_Source material_:
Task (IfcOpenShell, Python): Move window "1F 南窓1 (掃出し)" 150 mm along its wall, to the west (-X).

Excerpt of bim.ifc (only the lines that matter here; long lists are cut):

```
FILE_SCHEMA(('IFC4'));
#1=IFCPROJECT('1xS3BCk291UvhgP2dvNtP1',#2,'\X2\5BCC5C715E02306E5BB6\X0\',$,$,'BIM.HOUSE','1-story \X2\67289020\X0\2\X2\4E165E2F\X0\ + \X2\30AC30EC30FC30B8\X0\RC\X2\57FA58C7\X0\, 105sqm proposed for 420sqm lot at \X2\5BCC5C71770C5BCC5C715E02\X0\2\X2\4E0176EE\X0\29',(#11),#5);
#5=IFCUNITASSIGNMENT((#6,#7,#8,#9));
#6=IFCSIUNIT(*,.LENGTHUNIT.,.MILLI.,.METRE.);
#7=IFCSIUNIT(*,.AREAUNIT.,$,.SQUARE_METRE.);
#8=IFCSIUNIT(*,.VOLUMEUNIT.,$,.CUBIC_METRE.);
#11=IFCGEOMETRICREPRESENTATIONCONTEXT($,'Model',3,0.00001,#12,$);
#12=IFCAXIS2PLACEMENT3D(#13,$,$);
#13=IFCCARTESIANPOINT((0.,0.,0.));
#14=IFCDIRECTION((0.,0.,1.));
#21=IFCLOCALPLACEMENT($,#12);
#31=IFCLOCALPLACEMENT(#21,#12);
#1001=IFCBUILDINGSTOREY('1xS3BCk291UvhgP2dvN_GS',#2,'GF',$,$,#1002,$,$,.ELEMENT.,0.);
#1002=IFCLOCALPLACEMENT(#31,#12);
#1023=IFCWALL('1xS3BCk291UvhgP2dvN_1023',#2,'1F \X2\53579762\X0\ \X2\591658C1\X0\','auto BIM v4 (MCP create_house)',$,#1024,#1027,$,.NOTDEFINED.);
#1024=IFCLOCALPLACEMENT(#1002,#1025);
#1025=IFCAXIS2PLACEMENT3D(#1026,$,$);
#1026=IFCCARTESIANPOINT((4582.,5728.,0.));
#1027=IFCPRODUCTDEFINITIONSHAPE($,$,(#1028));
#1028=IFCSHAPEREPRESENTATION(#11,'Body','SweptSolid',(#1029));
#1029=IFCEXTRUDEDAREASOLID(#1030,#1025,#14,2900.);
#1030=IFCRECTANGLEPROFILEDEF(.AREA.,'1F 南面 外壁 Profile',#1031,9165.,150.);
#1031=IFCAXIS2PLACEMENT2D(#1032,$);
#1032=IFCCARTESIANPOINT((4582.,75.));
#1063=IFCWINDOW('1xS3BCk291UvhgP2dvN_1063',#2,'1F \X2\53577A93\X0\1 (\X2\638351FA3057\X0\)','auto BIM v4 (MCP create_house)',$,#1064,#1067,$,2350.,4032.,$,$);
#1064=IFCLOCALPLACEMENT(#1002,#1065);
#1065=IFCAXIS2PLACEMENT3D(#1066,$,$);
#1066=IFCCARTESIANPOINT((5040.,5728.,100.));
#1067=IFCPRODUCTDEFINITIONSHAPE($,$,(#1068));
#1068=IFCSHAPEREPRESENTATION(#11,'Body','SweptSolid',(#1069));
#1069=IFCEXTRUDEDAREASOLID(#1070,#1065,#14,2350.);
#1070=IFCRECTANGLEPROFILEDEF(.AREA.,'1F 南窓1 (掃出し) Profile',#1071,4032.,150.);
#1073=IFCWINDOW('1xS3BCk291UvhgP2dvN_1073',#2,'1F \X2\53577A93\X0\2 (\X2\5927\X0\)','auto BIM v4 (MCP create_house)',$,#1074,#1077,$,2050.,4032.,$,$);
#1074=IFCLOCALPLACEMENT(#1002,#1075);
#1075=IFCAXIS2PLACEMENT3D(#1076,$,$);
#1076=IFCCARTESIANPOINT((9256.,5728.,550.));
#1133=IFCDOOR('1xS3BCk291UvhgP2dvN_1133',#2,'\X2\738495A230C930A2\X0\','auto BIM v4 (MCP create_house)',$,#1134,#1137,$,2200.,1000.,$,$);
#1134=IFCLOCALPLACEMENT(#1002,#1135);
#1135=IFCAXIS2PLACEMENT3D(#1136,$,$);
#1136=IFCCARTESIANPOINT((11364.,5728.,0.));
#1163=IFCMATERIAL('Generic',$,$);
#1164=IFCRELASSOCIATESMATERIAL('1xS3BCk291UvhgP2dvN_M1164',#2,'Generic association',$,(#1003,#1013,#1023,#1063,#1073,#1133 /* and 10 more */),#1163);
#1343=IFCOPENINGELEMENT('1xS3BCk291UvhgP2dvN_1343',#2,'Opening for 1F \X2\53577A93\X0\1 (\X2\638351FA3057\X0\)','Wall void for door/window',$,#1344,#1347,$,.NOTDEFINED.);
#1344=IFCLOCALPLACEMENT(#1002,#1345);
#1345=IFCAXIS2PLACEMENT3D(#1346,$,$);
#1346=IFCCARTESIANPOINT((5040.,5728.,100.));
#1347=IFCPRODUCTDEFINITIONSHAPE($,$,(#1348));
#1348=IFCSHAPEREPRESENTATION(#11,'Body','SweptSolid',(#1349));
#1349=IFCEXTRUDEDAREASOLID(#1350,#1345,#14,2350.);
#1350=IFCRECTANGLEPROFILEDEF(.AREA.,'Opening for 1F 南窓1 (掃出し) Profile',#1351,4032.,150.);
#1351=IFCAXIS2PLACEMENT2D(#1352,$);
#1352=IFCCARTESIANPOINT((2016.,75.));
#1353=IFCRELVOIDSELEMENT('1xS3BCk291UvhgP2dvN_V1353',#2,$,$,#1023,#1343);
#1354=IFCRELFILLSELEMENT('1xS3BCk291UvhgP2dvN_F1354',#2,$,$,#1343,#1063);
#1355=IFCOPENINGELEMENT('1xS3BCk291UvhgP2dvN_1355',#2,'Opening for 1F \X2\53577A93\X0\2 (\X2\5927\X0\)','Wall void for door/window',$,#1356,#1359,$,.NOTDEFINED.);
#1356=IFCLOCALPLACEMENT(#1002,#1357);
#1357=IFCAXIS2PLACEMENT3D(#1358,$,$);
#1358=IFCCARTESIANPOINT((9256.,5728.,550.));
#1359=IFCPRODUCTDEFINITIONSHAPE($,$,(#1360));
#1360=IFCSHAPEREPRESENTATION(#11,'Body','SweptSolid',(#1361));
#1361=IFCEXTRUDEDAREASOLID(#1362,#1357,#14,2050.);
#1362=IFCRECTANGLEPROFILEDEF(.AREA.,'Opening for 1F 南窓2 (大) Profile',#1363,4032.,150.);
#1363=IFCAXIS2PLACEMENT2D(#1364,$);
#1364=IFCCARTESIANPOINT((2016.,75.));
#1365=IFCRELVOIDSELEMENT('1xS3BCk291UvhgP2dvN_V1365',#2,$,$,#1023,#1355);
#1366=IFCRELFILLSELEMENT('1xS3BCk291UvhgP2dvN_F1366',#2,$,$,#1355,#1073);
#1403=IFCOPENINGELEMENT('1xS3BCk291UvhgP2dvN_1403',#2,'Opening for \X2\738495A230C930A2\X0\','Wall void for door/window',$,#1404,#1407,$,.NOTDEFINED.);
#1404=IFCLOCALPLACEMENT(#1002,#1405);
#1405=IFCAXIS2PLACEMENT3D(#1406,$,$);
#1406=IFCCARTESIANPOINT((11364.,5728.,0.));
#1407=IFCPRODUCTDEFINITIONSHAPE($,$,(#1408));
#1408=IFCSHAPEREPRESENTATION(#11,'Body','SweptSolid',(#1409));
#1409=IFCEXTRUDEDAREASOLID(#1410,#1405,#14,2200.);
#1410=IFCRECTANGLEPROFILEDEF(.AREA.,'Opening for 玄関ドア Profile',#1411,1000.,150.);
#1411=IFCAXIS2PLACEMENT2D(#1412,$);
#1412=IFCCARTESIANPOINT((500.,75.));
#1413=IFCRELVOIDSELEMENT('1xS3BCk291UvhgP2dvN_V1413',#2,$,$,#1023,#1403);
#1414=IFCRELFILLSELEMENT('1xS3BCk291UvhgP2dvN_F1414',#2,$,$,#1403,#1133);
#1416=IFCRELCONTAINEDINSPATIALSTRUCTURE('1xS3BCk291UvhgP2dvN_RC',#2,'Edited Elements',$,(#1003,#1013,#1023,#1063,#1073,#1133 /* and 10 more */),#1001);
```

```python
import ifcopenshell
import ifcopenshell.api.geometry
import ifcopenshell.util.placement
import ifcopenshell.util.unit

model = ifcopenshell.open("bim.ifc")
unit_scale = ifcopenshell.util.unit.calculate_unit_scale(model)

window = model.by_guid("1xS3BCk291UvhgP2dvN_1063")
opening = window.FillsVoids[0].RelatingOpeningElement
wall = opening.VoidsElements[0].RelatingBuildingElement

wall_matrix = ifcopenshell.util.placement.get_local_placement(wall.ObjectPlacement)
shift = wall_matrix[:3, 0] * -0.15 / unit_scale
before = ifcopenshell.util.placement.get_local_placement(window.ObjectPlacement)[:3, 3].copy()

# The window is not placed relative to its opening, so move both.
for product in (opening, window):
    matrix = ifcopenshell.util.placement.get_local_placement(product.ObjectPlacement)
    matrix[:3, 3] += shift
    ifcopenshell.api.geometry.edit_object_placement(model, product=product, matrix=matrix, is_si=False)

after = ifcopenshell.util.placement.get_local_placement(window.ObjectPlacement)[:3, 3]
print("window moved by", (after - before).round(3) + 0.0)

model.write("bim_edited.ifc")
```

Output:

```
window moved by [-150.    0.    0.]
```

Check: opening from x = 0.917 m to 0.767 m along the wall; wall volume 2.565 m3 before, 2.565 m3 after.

_Exercise prompt_: Whenever a line in the listing above includes the word "IFCRECTANGLEPROFILEDEF", return that line.

_Answer section_:
#1030=IFCRECTANGLEPROFILEDEF(.AREA.,'1F 南面 外壁 Profile',#1031,9165.,150.);
#1070=IFCRECTANGLEPROFILEDEF(.AREA.,'1F 南窓1 (掃出し) Profile',#1071,4032.,150.);
#1350=IFCRECTANGLEPROFILEDEF(.AREA.,'Opening for 1F 南窓1 (掃出し) Profile',#1351,4032.,150.);
#1362=IFCRECTANGLEPROFILEDEF(.AREA.,'Opening for 1F 南窓2 (大) Profile',#1363,4032.,150.);
#1410=IFCRECTANGLEPROFILEDEF(.AREA.,'Opening for 玄関ドア Profile',#1411,1000.,150.);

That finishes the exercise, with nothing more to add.